--- Records Enclosed Below ---

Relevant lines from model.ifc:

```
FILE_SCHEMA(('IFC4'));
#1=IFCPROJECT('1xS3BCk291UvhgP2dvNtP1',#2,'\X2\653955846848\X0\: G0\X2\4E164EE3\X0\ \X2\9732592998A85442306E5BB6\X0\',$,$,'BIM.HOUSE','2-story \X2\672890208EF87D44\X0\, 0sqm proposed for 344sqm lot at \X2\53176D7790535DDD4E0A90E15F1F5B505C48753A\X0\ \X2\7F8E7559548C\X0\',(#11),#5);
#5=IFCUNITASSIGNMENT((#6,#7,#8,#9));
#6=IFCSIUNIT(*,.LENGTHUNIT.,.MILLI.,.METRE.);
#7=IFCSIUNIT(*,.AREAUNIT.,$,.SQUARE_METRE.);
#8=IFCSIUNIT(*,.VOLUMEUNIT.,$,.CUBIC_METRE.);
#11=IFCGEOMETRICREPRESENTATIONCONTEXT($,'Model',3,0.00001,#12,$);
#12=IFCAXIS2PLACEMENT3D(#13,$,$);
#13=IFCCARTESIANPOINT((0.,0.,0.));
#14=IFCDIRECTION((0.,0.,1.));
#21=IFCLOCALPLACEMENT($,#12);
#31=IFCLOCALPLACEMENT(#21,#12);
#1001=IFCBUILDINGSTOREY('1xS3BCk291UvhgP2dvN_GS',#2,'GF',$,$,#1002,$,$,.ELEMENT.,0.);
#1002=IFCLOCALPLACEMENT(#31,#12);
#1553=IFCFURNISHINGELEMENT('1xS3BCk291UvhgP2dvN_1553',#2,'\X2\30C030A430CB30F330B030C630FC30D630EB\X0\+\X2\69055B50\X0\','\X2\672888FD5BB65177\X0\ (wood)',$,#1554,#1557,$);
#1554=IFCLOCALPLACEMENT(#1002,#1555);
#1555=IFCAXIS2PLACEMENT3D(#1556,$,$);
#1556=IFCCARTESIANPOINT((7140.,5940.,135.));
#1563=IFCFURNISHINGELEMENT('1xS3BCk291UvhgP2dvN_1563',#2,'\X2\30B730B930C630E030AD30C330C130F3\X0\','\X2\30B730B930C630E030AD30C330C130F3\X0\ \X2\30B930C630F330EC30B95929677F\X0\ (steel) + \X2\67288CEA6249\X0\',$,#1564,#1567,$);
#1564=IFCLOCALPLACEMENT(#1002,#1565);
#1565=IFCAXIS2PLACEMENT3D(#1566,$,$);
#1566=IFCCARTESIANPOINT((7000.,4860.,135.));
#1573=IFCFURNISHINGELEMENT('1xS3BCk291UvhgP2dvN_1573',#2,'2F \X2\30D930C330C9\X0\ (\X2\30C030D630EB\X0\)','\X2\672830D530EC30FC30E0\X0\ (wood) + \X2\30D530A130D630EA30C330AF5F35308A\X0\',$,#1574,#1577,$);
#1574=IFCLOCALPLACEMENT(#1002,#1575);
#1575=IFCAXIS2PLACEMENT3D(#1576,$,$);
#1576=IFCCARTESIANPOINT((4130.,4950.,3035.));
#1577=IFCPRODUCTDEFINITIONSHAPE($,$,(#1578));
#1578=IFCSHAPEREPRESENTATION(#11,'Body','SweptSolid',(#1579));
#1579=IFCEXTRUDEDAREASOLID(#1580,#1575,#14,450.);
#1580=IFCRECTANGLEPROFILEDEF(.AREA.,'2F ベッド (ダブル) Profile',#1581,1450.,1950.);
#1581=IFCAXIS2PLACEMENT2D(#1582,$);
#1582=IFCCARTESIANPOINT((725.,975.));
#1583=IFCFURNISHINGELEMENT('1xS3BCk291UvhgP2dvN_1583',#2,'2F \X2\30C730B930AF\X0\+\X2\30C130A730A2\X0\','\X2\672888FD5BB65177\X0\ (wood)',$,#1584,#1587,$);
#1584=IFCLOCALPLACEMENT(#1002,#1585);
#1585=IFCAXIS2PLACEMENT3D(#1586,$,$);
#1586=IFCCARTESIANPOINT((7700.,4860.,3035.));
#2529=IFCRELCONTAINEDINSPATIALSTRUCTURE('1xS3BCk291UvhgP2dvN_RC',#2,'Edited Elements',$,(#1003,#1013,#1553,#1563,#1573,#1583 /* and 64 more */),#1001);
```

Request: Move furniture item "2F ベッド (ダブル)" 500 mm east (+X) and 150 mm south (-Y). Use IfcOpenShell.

```python
import ifcopenshell
import ifcopenshell.api.geometry
import ifcopenshell.util.placement

model = ifcopenshell.open("model.ifc")

item = model.by_guid("1xS3BCk291UvhgP2dvN_1573")
matrix = ifcopenshell.util.placement.get_local_placement(item.ObjectPlacement)
matrix[0, 3] += 500.0
matrix[1, 3] -= 150.0
ifcopenshell.api.geometry.edit_object_placement(model, product=item, matrix=matrix, is_si=False)

print(ifcopenshell.util.placement.get_local_placement(item.ObjectPlacement).round(3) + 0.0)

model.write("model-out.ifc")
```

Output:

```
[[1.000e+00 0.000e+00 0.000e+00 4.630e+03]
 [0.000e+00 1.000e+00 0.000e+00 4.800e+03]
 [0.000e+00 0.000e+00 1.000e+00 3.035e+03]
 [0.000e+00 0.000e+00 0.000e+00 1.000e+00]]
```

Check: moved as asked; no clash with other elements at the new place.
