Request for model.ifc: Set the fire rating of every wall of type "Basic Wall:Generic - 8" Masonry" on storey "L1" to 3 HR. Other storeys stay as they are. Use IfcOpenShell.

First a look at what the model holds.

```python
import ifcopenshell
import ifcopenshell.util.element

model = ifcopenshell.open("model.ifc")
print(model.schema)
storey = next(s for s in model.by_type("IfcBuildingStorey") if s.Name == "L1")
walls = [e for e in ifcopenshell.util.element.get_decomposition(storey) if e.is_a("IfcWall")]
seen = {}
for e in walls:
    element_type = ifcopenshell.util.element.get_type(e)
    key = (element_type.Name if element_type != e and element_type else None, ifcopenshell.util.element.get_pset(e, "Pset_WallCommon", "FireRating"))
    seen[key] = seen.get(key, 0) + 1
for (name, value), count in sorted(seen.items(), key=str):
    print(count, "x", name, "|", value)
```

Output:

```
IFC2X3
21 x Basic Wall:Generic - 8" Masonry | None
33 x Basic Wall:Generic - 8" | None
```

```python
import ifcopenshell
import ifcopenshell.api.pset
import ifcopenshell.util.element

model = ifcopenshell.open("model.ifc")

storey = next(s for s in model.by_type("IfcBuildingStorey") if s.Name == "L1")
walls = [e for e in ifcopenshell.util.element.get_decomposition(storey) if e.is_a("IfcWall")]

count = 0
for e in walls:
    element_type = ifcopenshell.util.element.get_type(e)
    if element_type in (None, e) or element_type.Name != 'Basic Wall:Generic - 8" Masonry':
        continue
    # add_pset returns the element's existing set when there is one.
    pset = ifcopenshell.api.pset.add_pset(model, product=e, name="Pset_WallCommon")
    ifcopenshell.api.pset.edit_pset(model, pset=pset, properties={"FireRating": "3 HR"})
    count += 1

print(count, "walls updated")

model.write("model_v2.ifc")
```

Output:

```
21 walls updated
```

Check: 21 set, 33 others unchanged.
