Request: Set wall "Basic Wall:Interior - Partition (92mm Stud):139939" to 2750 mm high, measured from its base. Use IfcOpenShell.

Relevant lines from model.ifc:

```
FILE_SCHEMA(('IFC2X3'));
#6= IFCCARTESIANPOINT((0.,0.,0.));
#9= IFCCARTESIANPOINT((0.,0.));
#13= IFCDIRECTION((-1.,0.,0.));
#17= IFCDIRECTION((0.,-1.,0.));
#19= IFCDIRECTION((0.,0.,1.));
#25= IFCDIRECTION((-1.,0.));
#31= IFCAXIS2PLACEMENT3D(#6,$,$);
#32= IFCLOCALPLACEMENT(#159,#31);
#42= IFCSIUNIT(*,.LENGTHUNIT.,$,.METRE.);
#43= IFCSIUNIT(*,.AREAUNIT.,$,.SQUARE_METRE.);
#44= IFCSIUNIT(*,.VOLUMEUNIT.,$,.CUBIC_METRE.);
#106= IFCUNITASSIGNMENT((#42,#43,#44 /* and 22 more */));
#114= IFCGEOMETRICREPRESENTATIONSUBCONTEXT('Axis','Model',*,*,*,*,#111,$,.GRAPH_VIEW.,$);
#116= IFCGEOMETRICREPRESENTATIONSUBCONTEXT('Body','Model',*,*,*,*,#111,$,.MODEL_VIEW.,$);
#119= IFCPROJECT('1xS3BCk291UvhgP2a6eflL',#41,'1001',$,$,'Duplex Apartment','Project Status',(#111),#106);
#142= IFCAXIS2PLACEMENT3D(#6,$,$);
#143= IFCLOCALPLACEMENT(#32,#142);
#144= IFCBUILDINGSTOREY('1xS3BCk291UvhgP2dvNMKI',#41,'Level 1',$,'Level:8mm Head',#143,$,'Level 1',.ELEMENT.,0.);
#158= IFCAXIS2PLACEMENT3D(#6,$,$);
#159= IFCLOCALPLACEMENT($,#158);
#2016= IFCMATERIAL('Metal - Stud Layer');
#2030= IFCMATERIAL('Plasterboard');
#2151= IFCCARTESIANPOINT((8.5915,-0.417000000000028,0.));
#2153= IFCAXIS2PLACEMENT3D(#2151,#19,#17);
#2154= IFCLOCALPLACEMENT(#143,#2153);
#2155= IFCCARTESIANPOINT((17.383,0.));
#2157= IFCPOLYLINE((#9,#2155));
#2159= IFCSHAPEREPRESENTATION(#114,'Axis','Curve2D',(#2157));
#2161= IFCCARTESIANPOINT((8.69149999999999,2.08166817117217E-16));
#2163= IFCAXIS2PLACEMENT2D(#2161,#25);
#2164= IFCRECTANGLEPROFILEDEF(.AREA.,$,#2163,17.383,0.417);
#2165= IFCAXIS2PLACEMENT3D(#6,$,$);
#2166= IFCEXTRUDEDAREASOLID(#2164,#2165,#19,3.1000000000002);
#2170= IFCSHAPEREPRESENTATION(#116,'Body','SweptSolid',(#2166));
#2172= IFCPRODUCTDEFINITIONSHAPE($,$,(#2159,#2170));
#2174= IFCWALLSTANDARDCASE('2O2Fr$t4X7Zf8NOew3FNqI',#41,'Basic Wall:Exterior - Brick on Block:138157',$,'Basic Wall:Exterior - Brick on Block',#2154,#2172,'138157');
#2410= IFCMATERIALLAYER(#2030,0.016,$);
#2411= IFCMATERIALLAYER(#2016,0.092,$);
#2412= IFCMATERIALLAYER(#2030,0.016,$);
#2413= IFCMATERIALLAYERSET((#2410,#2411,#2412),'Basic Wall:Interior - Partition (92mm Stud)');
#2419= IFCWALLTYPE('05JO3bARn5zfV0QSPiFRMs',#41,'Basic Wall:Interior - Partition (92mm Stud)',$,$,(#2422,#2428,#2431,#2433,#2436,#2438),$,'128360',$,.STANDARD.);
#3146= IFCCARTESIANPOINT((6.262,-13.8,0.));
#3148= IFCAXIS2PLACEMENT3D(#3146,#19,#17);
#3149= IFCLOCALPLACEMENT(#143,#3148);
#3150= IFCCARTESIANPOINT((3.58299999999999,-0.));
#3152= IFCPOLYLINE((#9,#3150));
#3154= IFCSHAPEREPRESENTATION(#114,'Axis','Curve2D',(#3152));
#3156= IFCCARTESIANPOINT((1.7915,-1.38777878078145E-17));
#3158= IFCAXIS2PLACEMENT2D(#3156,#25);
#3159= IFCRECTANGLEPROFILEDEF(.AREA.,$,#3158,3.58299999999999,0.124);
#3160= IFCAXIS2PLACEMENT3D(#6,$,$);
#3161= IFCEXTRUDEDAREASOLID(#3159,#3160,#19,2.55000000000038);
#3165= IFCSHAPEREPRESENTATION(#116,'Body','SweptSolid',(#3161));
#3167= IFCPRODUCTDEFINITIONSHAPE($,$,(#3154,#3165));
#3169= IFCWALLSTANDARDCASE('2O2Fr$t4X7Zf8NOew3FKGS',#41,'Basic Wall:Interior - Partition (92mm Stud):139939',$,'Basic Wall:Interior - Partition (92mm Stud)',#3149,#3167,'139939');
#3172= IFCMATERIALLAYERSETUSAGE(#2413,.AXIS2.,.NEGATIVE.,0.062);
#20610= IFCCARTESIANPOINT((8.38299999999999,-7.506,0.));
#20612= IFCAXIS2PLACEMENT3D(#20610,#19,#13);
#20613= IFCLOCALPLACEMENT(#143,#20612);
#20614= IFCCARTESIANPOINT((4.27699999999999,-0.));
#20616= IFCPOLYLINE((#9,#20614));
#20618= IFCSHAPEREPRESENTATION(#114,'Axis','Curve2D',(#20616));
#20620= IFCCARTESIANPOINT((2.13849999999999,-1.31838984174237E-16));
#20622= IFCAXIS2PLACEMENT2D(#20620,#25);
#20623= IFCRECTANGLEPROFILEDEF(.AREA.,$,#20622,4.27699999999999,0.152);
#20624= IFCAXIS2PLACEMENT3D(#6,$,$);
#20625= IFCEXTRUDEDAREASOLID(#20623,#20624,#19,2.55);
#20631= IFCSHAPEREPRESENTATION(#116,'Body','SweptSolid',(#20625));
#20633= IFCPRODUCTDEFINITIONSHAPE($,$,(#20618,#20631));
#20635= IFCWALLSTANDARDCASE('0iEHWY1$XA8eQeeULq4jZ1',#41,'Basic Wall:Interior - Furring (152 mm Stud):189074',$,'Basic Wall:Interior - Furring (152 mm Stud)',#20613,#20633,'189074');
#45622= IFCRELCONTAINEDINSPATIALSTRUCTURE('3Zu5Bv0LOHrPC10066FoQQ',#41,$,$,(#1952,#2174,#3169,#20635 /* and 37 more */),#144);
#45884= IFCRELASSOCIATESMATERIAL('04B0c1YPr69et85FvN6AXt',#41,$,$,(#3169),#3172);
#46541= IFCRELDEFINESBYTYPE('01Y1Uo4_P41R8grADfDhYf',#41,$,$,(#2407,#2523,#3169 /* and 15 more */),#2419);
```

```python
import ifcopenshell
import ifcopenshell.geom
import ifcopenshell.util.representation
import ifcopenshell.util.shape

model = ifcopenshell.open("model.ifc")
settings = ifcopenshell.geom.settings()


def volume(element):
    """Net volume in cubic metres, openings subtracted."""
    shape = ifcopenshell.geom.create_shape(settings, element)
    return ifcopenshell.util.shape.get_volume(shape.geometry)


wall = model.by_guid("2O2Fr$t4X7Zf8NOew3FKGS")
before = volume(wall)

body = ifcopenshell.util.representation.get_representation(wall, "Model", "Body")
solid = body.Items[0]
old_height = solid.Depth
solid.Depth = 2.75
after = volume(wall)

print(f"height {old_height:g} -> {solid.Depth:g}, volume {before:.3f} -> {after:.3f} m3")

model.write("model_v2.ifc")
```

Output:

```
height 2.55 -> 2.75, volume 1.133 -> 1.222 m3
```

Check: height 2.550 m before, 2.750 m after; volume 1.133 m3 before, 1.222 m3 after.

--- End of Enclosed Records ---

Search the entries for the word "wood" and show every line that has it.

#1553=IFCFURNISHINGELEMENT('1xS3BCk291UvhgP2dvN_1553',#2,'\X2\30C030A430CB30F330B030C630FC30D630EB\X0\+\X2\69055B50\X0\','\X2\672888FD5BB65177\X0\ (wood)',$,#1554,#1557,$);
#1573=IFCFURNISHINGELEMENT('1xS3BCk291UvhgP2dvN_1573',#2,'2F \X2\30D930C330C9\X0\ (\X2\30C030D630EB\X0\)','\X2\672830D530EC30FC30E0\X0\ (wood) + \X2\30D530A130D630EA30C330AF5F35308A\X0\',$,#1574,#1577,$);
#1583=IFCFURNISHINGELEMENT('1xS3BCk291UvhgP2dvN_1583',#2,'2F \X2\30C730B930AF\X0\+\X2\30C130A730A2\X0\','\X2\672888FD5BB65177\X0\ (wood)',$,#1584,#1587,$);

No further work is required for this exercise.